Stored data entries:
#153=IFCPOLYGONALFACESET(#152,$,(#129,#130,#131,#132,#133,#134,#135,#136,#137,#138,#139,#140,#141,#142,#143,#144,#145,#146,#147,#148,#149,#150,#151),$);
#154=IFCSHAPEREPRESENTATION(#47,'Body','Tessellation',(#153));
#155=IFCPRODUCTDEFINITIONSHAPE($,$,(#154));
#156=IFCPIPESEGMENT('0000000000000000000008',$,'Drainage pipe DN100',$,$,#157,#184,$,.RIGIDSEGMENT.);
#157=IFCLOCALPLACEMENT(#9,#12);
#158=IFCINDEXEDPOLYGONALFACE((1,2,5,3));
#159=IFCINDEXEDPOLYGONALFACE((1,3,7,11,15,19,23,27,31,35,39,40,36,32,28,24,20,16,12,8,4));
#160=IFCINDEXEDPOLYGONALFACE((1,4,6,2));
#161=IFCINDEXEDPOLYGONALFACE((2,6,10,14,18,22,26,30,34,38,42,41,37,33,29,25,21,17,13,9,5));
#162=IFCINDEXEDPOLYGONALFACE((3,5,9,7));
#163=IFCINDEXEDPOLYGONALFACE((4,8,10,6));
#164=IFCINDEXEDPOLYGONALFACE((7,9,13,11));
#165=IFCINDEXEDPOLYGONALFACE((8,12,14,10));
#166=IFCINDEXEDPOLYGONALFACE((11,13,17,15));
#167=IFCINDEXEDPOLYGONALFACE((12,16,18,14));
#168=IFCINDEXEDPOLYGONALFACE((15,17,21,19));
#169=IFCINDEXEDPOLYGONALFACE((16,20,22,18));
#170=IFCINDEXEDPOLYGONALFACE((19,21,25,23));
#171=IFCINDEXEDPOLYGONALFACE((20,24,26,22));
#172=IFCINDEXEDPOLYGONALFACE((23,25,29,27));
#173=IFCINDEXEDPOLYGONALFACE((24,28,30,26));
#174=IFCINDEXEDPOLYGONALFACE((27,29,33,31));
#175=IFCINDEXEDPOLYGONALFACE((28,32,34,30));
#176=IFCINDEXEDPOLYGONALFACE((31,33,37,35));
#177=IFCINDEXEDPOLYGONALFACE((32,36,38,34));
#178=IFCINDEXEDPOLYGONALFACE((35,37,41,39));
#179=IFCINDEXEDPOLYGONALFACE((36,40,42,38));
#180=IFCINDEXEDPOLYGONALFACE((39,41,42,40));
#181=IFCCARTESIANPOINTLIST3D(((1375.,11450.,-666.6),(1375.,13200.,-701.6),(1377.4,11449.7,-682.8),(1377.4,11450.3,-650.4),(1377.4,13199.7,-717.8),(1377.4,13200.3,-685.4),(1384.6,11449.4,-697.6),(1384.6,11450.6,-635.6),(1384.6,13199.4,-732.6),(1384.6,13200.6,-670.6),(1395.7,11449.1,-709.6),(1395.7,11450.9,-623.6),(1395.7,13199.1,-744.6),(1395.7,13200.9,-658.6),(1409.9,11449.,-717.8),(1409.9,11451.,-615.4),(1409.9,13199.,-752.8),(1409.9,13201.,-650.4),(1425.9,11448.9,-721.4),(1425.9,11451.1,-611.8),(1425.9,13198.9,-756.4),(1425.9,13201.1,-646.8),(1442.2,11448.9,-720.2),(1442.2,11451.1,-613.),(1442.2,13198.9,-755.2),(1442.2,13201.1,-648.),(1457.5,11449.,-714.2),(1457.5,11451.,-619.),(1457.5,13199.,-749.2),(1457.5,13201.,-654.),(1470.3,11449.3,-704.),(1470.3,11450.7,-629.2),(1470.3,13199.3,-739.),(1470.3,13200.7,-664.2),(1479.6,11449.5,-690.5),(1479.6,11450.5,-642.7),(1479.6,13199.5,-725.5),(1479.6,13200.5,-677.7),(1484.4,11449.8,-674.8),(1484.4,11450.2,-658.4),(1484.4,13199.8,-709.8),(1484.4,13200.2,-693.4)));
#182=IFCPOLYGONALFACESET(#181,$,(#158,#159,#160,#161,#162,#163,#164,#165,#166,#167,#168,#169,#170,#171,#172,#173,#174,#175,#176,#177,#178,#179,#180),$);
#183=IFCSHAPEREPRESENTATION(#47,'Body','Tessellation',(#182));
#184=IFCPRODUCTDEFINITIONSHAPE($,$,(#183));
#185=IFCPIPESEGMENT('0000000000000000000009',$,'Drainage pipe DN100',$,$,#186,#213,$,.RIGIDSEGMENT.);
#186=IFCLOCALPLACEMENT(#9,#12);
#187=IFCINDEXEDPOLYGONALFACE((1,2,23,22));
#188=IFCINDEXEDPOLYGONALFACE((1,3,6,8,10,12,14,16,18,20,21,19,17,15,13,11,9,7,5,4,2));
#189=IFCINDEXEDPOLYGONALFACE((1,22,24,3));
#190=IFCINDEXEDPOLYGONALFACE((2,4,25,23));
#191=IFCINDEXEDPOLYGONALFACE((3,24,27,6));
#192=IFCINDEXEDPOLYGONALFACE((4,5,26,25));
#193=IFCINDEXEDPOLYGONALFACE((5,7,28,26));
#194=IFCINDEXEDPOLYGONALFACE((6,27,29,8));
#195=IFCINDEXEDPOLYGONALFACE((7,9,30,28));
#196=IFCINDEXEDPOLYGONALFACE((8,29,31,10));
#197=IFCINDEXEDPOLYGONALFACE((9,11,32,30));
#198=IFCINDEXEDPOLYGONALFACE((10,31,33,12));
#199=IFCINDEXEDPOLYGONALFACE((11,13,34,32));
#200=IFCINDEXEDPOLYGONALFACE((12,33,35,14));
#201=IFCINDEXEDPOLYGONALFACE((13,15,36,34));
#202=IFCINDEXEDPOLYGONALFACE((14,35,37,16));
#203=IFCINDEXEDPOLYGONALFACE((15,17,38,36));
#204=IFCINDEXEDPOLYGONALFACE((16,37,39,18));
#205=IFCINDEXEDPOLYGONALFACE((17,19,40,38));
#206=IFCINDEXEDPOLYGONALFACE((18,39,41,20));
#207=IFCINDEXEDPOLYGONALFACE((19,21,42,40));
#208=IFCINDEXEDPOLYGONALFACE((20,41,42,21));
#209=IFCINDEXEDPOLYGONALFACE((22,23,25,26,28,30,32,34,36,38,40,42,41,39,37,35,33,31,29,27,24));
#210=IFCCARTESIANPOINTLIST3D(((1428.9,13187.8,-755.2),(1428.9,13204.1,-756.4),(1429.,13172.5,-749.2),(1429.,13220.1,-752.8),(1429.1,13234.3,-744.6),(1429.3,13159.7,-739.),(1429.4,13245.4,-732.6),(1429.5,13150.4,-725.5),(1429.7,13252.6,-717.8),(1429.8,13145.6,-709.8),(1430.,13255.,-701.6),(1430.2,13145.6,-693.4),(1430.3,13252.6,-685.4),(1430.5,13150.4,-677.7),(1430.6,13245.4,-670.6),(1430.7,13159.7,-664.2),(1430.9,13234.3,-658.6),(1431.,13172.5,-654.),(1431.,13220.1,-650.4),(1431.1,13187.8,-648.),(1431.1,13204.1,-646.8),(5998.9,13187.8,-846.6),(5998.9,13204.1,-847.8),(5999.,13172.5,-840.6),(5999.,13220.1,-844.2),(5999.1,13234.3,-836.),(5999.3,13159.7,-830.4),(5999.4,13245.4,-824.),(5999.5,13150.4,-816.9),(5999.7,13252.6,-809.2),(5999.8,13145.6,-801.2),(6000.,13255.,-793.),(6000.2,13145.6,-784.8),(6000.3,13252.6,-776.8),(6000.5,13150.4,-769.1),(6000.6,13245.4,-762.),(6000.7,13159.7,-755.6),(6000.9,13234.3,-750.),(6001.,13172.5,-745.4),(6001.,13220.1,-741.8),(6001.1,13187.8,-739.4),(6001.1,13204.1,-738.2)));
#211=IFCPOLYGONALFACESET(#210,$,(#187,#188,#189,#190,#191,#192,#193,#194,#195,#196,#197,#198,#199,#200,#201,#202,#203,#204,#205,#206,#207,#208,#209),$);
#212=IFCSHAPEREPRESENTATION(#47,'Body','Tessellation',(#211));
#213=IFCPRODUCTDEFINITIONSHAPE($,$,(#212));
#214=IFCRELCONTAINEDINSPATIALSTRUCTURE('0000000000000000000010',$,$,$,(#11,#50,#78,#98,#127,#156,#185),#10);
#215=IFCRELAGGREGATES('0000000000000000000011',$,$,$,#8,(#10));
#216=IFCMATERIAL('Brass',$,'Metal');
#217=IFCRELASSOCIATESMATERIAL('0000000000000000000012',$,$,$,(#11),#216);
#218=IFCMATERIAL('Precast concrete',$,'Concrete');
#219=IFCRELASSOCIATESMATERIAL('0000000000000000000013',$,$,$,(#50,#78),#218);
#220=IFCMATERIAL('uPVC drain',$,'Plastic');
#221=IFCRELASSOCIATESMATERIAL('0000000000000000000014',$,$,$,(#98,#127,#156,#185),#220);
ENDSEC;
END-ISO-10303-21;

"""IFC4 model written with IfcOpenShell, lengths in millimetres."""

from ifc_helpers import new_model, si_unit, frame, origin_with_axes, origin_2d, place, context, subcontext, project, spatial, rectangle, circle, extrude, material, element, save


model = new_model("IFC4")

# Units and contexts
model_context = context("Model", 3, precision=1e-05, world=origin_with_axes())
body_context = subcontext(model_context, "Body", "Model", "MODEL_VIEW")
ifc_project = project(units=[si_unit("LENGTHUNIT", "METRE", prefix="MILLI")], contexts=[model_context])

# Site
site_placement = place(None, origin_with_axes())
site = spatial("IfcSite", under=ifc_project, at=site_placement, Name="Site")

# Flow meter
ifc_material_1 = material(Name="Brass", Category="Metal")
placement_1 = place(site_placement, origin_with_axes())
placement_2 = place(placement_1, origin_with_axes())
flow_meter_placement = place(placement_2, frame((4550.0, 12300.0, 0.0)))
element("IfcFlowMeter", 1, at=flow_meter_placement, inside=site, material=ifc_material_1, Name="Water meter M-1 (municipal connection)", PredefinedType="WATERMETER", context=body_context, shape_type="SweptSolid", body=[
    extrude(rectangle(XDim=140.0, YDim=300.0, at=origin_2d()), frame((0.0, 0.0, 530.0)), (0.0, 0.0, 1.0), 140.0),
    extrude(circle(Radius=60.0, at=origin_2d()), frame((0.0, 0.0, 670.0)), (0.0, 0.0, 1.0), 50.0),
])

What to do: Set down exactly the lines of the data above, beginning with the line that has "#191=IFCINDEXEDPOLYGONALFACE((3,24,27,6));" and ending with the line that has "#200=IFCINDEXEDPOLYGONALFACE((12,33,35,14));", and no others.

Expected output:
#191=IFCINDEXEDPOLYGONALFACE((3,24,27,6));
#192=IFCINDEXEDPOLYGONALFACE((4,5,26,25));
#193=IFCINDEXEDPOLYGONALFACE((5,7,28,26));
#194=IFCINDEXEDPOLYGONALFACE((6,27,29,8));
#195=IFCINDEXEDPOLYGONALFACE((7,9,30,28));
#196=IFCINDEXEDPOLYGONALFACE((8,29,31,10));
#197=IFCINDEXEDPOLYGONALFACE((9,11,32,30));
#198=IFCINDEXEDPOLYGONALFACE((10,31,33,12));
#199=IFCINDEXEDPOLYGONALFACE((11,13,34,32));
#200=IFCINDEXEDPOLYGONALFACE((12,33,35,14));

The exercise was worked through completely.